Marly: No more contemporaneous sharing of my progress. I've done that in the past and it's always been too soon. There are songs I "thought" I had learned a couple years ago and foolishly posted the recordings at that time. Only now - when V unexpectedly delves back into my repertoire - can the pair of us accurately measure the quality (or lack of it) in what I have achieved. It's asking a lot for people who read Tone Deaf and admit to not knowing anything about music to judge what can only be regarded as work-in-progress.
ReplyDeleteI have posted intermittently about the "moderns", possibly before you came aboard. Elliot Carter's harpsichord concerto got the thumbs up as did more recent operas by Turnage and Benjamin. Where singing is involved I am full of admiration for professionals who can embark on work which seems unrelated to conventional thinking about pitch and tempo, and turn it into music. But since work written four-hundred years ago can still test me to the limit, I don't feel the need as yet to move into the twenty-first century.
Michael Head's setting of The Lord's Prayer, which I learned two years ago and which pleased V when - at her request - I sang it a few weeks ago, was written in the early twentieth century.
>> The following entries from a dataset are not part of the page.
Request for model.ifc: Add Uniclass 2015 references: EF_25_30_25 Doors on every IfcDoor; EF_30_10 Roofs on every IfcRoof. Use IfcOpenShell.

First a look at what the model holds.

```python
import ifcopenshell

model = ifcopenshell.open("model.ifc")
print(model.schema)
print("classifications:", [c.Name for c in model.by_type("IfcClassification")])
for ifc_class in ("IfcDoor", "IfcRoof", "IfcStair", "IfcWall", "IfcWindow"):
    print(ifc_class, len(model.by_type(ifc_class)))
```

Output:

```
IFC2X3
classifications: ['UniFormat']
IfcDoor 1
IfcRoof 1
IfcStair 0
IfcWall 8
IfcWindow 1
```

```python
import ifcopenshell
import ifcopenshell.api.classification

model = ifcopenshell.open("model.ifc")

# IFC2X3 requires Source and Edition and has no link from the project to the system.
system = model.create_entity("IfcClassification", Source="NBS", Edition="2015", Name="Uniclass 2015")

codes = {
    "IfcDoor": ("EF_25_30_25", "Doors"),
    "IfcRoof": ("EF_30_10", "Roofs"),
}
for ifc_class, (code, name) in codes.items():
    products = model.by_type(ifc_class)
    ifcopenshell.api.classification.add_reference(
        model, products=products, classification=system, identification=code, name=name
    )
    print(code, len(products))

model.write("model_rev.ifc")
```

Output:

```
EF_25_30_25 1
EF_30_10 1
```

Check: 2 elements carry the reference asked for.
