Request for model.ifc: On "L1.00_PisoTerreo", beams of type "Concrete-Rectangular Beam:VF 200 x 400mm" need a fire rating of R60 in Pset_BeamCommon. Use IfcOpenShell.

First a look at what the model holds.

```python
import ifcopenshell
import ifcopenshell.util.element

model = ifcopenshell.open("model.ifc")
print(model.schema)
storey = next(s for s in model.by_type("IfcBuildingStorey") if s.Name == "L1.00_PisoTerreo")
beams = [e for e in ifcopenshell.util.element.get_decomposition(storey) if e.is_a("IfcBeam")]
seen = {}
for e in beams:
    element_type = ifcopenshell.util.element.get_type(e)
    key = (element_type.Name if element_type != e and element_type else None, ifcopenshell.util.element.get_pset(e, "Pset_BeamCommon", "FireRating"))
    seen[key] = seen.get(key, 0) + 1
for (name, value), count in sorted(seen.items(), key=str):
    print(count, "x", name, "|", value)
```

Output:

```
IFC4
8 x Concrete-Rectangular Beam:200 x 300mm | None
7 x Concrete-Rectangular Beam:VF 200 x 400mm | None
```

```python
import ifcopenshell
import ifcopenshell.api.pset
import ifcopenshell.util.element

model = ifcopenshell.open("model.ifc")

storey = next(s for s in model.by_type("IfcBuildingStorey") if s.Name == "L1.00_PisoTerreo")
beams = [e for e in ifcopenshell.util.element.get_decomposition(storey) if e.is_a("IfcBeam")]

count = 0
for e in beams:
    element_type = ifcopenshell.util.element.get_type(e)
    if element_type in (None, e) or element_type.Name != "Concrete-Rectangular Beam:VF 200 x 400mm":
        continue
    # add_pset returns the element's existing set when there is one.
    pset = ifcopenshell.api.pset.add_pset(model, product=e, name="Pset_BeamCommon")
    ifcopenshell.api.pset.edit_pset(model, pset=pset, properties={"FireRating": "R60"})
    count += 1

print(count, "beams updated")

model.write("model_edited.ifc")
```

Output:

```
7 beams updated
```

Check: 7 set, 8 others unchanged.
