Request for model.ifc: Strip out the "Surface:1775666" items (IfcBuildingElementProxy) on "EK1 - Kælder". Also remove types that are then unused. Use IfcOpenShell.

First a look at what the model holds.

```python
import ifcopenshell
import ifcopenshell.util.element

model = ifcopenshell.open("model.ifc")
print(model.schema)
storey = next(s for s in model.by_type("IfcBuildingStorey") if s.Name == "EK1 - Kælder")
proxies = [e for e in ifcopenshell.util.element.get_decomposition(storey) if e.is_a("IfcBuildingElementProxy")]
seen = {}
for e in proxies:
    element_type = ifcopenshell.util.element.get_type(e)
    name = element_type.Name if element_type not in (None, e) else None
    seen[name] = seen.get(name, 0) + 1
for name, count in sorted(seen.items(), key=str):
    print(count, "x", name)
```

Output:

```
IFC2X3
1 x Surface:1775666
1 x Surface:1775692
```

```python
import ifcopenshell
import ifcopenshell.api.root
import ifcopenshell.util.element

model = ifcopenshell.open("model.ifc")

storey = next(s for s in model.by_type("IfcBuildingStorey") if s.Name == "EK1 - Kælder")
proxies = [e for e in ifcopenshell.util.element.get_decomposition(storey) if e.is_a("IfcBuildingElementProxy")]
targets = [e for e in proxies if (t := ifcopenshell.util.element.get_type(e)) not in (None, e) and t.Name == "Surface:1775666"]
types = {ifcopenshell.util.element.get_type(e) for e in targets} - {None, *targets}

for e in targets:
    ifcopenshell.api.root.remove_product(model, product=e)
print(len(targets), "removed")

unused = [t for t in types if not ifcopenshell.util.element.get_types(t)]
for t in unused:
    ifcopenshell.api.root.remove_product(model, product=t)
print(len(unused), "unused types removed")

model.write("model_updated.ifc")
```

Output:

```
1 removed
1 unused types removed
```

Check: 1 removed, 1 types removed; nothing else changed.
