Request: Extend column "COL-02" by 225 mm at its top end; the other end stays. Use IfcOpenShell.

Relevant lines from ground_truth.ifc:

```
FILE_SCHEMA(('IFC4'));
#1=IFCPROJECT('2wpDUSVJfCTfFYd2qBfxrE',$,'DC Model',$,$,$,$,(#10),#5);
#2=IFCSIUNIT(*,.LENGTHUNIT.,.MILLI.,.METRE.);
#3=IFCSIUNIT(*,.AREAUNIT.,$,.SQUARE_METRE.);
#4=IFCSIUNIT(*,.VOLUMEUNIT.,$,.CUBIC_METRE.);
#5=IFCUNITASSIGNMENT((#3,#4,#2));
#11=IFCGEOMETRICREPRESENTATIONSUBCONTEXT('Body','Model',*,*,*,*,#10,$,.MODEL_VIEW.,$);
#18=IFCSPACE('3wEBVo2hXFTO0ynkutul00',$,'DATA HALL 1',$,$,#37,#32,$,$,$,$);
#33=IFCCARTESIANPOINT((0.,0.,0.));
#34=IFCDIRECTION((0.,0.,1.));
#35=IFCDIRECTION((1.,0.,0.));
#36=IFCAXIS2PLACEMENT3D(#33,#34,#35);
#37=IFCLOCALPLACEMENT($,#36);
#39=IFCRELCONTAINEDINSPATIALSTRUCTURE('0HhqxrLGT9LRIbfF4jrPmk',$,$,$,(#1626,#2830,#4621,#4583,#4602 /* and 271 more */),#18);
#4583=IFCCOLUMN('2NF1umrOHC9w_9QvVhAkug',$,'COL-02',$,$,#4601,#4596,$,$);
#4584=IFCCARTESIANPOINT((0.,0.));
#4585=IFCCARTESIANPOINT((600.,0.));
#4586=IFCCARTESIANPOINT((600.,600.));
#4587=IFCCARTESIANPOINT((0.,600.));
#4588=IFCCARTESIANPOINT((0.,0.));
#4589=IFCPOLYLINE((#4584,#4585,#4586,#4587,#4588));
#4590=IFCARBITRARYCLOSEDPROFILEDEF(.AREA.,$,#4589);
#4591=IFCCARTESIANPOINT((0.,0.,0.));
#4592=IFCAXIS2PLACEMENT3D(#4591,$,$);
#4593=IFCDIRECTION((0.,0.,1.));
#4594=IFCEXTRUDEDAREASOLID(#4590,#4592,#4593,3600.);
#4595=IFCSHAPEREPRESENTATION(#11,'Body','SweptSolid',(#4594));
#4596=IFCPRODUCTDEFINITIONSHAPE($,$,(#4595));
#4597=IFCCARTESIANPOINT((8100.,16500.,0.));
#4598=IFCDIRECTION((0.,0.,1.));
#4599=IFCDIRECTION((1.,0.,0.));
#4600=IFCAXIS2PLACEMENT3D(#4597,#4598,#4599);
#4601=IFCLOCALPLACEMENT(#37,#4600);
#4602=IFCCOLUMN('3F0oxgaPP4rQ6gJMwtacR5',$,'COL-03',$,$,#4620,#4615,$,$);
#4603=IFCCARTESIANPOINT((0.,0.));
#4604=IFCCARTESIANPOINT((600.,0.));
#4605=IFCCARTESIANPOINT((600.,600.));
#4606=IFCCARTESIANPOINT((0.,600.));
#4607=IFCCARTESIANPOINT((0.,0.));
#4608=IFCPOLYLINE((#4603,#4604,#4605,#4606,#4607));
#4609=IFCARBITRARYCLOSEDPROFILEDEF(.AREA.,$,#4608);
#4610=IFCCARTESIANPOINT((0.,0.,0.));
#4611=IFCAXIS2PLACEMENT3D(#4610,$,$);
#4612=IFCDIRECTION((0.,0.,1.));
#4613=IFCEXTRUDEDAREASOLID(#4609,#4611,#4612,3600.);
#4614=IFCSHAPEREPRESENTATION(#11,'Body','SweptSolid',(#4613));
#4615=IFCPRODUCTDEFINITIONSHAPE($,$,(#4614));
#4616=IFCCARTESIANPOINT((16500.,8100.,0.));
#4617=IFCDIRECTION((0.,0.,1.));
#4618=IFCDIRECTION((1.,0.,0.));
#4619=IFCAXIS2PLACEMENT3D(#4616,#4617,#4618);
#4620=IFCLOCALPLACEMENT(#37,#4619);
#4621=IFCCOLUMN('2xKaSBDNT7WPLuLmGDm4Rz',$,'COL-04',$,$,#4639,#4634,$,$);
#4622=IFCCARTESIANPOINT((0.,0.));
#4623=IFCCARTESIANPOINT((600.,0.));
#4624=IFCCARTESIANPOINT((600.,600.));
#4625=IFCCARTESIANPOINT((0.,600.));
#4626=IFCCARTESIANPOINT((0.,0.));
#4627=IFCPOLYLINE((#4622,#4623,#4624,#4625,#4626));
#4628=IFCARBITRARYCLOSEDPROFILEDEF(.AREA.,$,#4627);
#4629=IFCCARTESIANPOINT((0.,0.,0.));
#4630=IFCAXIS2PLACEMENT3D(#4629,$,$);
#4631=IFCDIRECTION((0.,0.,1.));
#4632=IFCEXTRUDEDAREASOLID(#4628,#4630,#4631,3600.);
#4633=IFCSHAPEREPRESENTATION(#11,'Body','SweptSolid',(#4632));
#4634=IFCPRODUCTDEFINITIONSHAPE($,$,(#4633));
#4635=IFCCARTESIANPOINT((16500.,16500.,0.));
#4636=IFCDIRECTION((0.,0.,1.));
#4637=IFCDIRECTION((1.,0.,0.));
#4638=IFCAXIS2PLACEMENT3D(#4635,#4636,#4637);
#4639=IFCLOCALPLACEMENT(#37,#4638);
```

```python
import ifcopenshell
import ifcopenshell.util.representation
import ifcopenshell.util.unit

model = ifcopenshell.open("ground_truth.ifc")
unit_scale = ifcopenshell.util.unit.calculate_unit_scale(model)

member = model.by_guid("2NF1umrOHC9w_9QvVhAkug")
change = 0.225 / unit_scale

# The extrusion runs towards the end named, so only its depth changes.
body = ifcopenshell.util.representation.get_representation(member, "Model", "Body")
solid = body.Items[0]
old_length = solid.Depth
solid.Depth += change

print(f"length {old_length:g} -> {solid.Depth:g}")

model.write("ground_truth_edited.ifc")
```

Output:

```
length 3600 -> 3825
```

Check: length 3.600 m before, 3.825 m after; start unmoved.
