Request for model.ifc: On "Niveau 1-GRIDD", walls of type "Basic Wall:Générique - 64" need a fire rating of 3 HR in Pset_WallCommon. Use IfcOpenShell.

First a look at what the model holds.

```python
import ifcopenshell
import ifcopenshell.util.element

model = ifcopenshell.open("model.ifc")
print(model.schema)
storey = next(s for s in model.by_type("IfcBuildingStorey") if s.Name == "Niveau 1-GRIDD")
walls = [e for e in ifcopenshell.util.element.get_decomposition(storey) if e.is_a("IfcWall")]
seen = {}
for e in walls:
    element_type = ifcopenshell.util.element.get_type(e)
    key = (element_type.Name if element_type != e and element_type else None, ifcopenshell.util.element.get_pset(e, "Pset_WallCommon", "FireRating"))
    seen[key] = seen.get(key, 0) + 1
for (name, value), count in sorted(seen.items(), key=str):
    print(count, "x", name, "|", value)
```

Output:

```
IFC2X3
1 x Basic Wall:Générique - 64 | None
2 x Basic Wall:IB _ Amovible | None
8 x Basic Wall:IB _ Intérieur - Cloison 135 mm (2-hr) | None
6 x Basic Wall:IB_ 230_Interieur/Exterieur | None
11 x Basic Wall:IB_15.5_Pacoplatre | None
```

```python
import ifcopenshell
import ifcopenshell.api.pset
import ifcopenshell.util.element

model = ifcopenshell.open("model.ifc")

storey = next(s for s in model.by_type("IfcBuildingStorey") if s.Name == "Niveau 1-GRIDD")
walls = [e for e in ifcopenshell.util.element.get_decomposition(storey) if e.is_a("IfcWall")]

count = 0
for e in walls:
    element_type = ifcopenshell.util.element.get_type(e)
    if element_type in (None, e) or element_type.Name != "Basic Wall:Générique - 64":
        continue
    # add_pset returns the element's existing set when there is one.
    pset = ifcopenshell.api.pset.add_pset(model, product=e, name="Pset_WallCommon")
    ifcopenshell.api.pset.edit_pset(model, pset=pset, properties={"FireRating": "3 HR"})
    count += 1

print(count, "walls updated")

model.write("model-out.ifc")
```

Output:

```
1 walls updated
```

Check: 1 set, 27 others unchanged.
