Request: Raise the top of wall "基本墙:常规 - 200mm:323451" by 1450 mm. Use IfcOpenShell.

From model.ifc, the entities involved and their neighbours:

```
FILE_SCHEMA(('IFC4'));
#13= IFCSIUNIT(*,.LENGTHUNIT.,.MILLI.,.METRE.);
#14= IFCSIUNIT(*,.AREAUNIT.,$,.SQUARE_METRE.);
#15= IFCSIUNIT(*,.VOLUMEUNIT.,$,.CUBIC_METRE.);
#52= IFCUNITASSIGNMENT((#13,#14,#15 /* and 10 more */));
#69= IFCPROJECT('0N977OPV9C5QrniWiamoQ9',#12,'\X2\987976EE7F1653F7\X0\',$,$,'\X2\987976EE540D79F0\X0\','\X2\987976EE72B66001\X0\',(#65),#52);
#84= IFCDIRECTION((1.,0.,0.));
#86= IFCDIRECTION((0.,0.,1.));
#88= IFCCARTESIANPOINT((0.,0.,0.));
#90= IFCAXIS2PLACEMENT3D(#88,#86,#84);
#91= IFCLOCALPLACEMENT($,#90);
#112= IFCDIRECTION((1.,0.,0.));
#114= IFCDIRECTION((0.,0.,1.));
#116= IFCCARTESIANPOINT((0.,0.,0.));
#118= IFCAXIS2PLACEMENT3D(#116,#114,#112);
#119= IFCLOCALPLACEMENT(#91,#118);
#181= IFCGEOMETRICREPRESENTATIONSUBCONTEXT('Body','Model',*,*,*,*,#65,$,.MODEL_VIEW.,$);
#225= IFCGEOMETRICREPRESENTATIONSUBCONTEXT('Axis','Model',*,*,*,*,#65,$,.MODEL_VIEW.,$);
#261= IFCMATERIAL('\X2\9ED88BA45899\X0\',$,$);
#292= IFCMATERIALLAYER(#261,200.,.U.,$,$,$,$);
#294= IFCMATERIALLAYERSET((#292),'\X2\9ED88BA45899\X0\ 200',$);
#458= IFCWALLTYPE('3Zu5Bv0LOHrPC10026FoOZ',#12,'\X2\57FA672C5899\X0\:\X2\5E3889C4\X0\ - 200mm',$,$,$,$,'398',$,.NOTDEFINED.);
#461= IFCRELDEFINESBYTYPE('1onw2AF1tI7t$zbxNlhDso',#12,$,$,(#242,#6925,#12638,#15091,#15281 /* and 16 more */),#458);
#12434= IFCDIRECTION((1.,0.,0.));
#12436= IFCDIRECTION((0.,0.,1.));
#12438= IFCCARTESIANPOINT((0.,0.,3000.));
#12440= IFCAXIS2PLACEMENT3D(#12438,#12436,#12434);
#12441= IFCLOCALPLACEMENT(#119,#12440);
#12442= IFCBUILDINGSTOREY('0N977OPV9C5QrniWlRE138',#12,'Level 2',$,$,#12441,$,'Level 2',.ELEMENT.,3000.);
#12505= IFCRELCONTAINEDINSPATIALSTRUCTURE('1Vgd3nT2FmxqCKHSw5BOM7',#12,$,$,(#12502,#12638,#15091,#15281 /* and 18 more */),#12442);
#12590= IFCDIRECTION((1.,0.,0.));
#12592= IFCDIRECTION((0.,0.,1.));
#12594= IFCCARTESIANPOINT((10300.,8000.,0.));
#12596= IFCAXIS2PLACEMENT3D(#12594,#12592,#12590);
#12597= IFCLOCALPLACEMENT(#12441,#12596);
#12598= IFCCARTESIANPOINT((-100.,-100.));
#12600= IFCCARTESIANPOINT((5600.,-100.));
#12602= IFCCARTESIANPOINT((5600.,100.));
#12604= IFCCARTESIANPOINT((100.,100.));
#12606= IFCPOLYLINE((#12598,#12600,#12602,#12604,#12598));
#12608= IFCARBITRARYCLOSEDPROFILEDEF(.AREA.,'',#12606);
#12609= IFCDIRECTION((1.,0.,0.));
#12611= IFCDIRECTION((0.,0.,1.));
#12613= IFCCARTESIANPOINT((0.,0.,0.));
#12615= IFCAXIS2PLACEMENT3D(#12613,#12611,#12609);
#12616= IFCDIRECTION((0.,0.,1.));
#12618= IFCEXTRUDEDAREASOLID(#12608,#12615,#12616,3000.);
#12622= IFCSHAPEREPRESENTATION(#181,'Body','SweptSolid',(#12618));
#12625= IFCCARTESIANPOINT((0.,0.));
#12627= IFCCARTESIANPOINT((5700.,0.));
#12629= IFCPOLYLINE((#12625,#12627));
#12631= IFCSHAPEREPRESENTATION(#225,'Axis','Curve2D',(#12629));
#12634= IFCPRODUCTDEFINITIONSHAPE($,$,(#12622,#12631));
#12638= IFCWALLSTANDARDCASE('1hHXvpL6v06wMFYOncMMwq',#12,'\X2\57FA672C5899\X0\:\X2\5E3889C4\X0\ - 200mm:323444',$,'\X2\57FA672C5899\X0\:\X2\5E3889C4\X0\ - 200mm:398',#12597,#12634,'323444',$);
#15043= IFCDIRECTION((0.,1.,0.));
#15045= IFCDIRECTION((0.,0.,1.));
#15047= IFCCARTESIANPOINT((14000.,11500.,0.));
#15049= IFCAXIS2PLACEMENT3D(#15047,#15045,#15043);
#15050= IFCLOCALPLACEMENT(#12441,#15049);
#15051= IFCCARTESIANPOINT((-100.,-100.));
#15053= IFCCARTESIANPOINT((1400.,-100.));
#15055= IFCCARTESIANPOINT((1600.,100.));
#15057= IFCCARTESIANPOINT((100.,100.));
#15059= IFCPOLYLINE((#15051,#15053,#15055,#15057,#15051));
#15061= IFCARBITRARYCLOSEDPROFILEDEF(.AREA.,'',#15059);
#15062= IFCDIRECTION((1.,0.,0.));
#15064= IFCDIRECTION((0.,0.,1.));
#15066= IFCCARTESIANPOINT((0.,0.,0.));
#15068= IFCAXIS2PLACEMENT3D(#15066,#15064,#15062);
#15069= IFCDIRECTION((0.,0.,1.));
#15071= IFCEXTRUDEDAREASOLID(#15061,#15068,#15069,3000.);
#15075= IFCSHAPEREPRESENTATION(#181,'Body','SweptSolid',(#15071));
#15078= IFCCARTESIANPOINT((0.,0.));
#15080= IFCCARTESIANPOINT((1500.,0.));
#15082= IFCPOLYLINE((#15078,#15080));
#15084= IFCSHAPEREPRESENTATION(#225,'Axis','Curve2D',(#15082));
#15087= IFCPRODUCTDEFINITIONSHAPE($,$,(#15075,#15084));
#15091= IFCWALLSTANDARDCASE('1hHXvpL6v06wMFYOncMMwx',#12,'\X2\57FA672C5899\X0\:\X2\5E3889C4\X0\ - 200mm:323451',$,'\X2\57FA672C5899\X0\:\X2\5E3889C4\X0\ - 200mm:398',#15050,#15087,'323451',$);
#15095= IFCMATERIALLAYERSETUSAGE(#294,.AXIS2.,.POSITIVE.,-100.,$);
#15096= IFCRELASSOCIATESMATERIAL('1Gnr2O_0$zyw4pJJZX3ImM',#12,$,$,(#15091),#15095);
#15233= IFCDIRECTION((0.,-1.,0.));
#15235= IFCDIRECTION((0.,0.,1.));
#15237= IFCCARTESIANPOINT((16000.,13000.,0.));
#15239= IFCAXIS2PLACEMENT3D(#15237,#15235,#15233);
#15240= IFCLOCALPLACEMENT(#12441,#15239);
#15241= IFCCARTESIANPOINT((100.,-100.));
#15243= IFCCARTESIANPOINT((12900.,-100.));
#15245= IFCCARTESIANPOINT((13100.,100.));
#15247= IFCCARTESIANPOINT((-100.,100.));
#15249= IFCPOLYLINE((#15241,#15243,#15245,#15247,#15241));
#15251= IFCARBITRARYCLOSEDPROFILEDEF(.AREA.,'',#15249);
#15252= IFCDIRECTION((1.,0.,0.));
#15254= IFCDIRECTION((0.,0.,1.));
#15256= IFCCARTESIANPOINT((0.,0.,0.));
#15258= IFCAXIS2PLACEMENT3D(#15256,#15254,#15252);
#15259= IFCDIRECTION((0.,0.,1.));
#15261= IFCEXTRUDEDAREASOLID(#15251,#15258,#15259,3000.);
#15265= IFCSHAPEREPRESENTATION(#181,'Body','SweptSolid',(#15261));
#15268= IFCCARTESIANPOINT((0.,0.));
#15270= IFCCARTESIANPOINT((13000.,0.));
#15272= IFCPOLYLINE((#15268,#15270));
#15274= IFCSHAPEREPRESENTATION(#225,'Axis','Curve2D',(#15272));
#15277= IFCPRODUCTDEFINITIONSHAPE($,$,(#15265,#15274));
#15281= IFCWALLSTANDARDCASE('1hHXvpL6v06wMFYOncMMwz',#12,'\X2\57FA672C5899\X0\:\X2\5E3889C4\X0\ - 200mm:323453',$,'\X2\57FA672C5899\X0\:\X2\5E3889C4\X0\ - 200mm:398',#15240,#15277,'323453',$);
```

```python
import ifcopenshell
import ifcopenshell.geom
import ifcopenshell.util.representation
import ifcopenshell.util.shape
import ifcopenshell.util.unit

model = ifcopenshell.open("model.ifc")
unit_scale = ifcopenshell.util.unit.calculate_unit_scale(model)
settings = ifcopenshell.geom.settings()


def volume(element):
    """Net volume in cubic metres, openings subtracted."""
    shape = ifcopenshell.geom.create_shape(settings, element)
    return ifcopenshell.util.shape.get_volume(shape.geometry)


wall = model.by_id(15091)
before = volume(wall)

body = ifcopenshell.util.representation.get_representation(wall, "Model", "Body")
solid = body.Items[0]
old_height = solid.Depth
solid.Depth += 1.45 / unit_scale
after = volume(wall)

print(f"height {old_height:g} -> {solid.Depth:g}, volume {before:.3f} -> {after:.3f} m3")

model.write("model_edited.ifc")
```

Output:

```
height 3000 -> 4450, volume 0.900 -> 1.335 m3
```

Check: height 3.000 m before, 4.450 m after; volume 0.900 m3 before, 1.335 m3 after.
However V's pleasure was mainly to do with technical matters, notably the way my voice is now able to cope with the full-wellie, high pitch finale.
I have also posted (enthusiastically) about Ecclesiastes quite recently Those words were read out at last-day-of-term services at my secondary school. They embedded themself in my appreciation decades before I swapped my antipathy towards poetry and started - uncertainly - to write sonnets. And yes, they are an exultant tribute to the possibilities of repetition. Especially "or":
Or ever the silver cord be loosed, or the golden bowl be broken, or the pitcher be broken at the fountain, or the wheel broken at the cistern. Then shall the dust return to the earth as it was: and the spirit shall return unto God who gave it.
Great poetry doesn't always lend itself to musical settings (Although I make exception with another song V taught me - O Mistress Mine - assuming that qualifies as great poetry). This is mainly due to the need for precise articulation which may often play second fiddle to the needs of the melody. The Richard Strauss of Four Last Songs - masterly long lines for the soprano - would be a natural for Ecclesiastes I think. I wrote a sonnet about his funeral.
Oh how I do go on.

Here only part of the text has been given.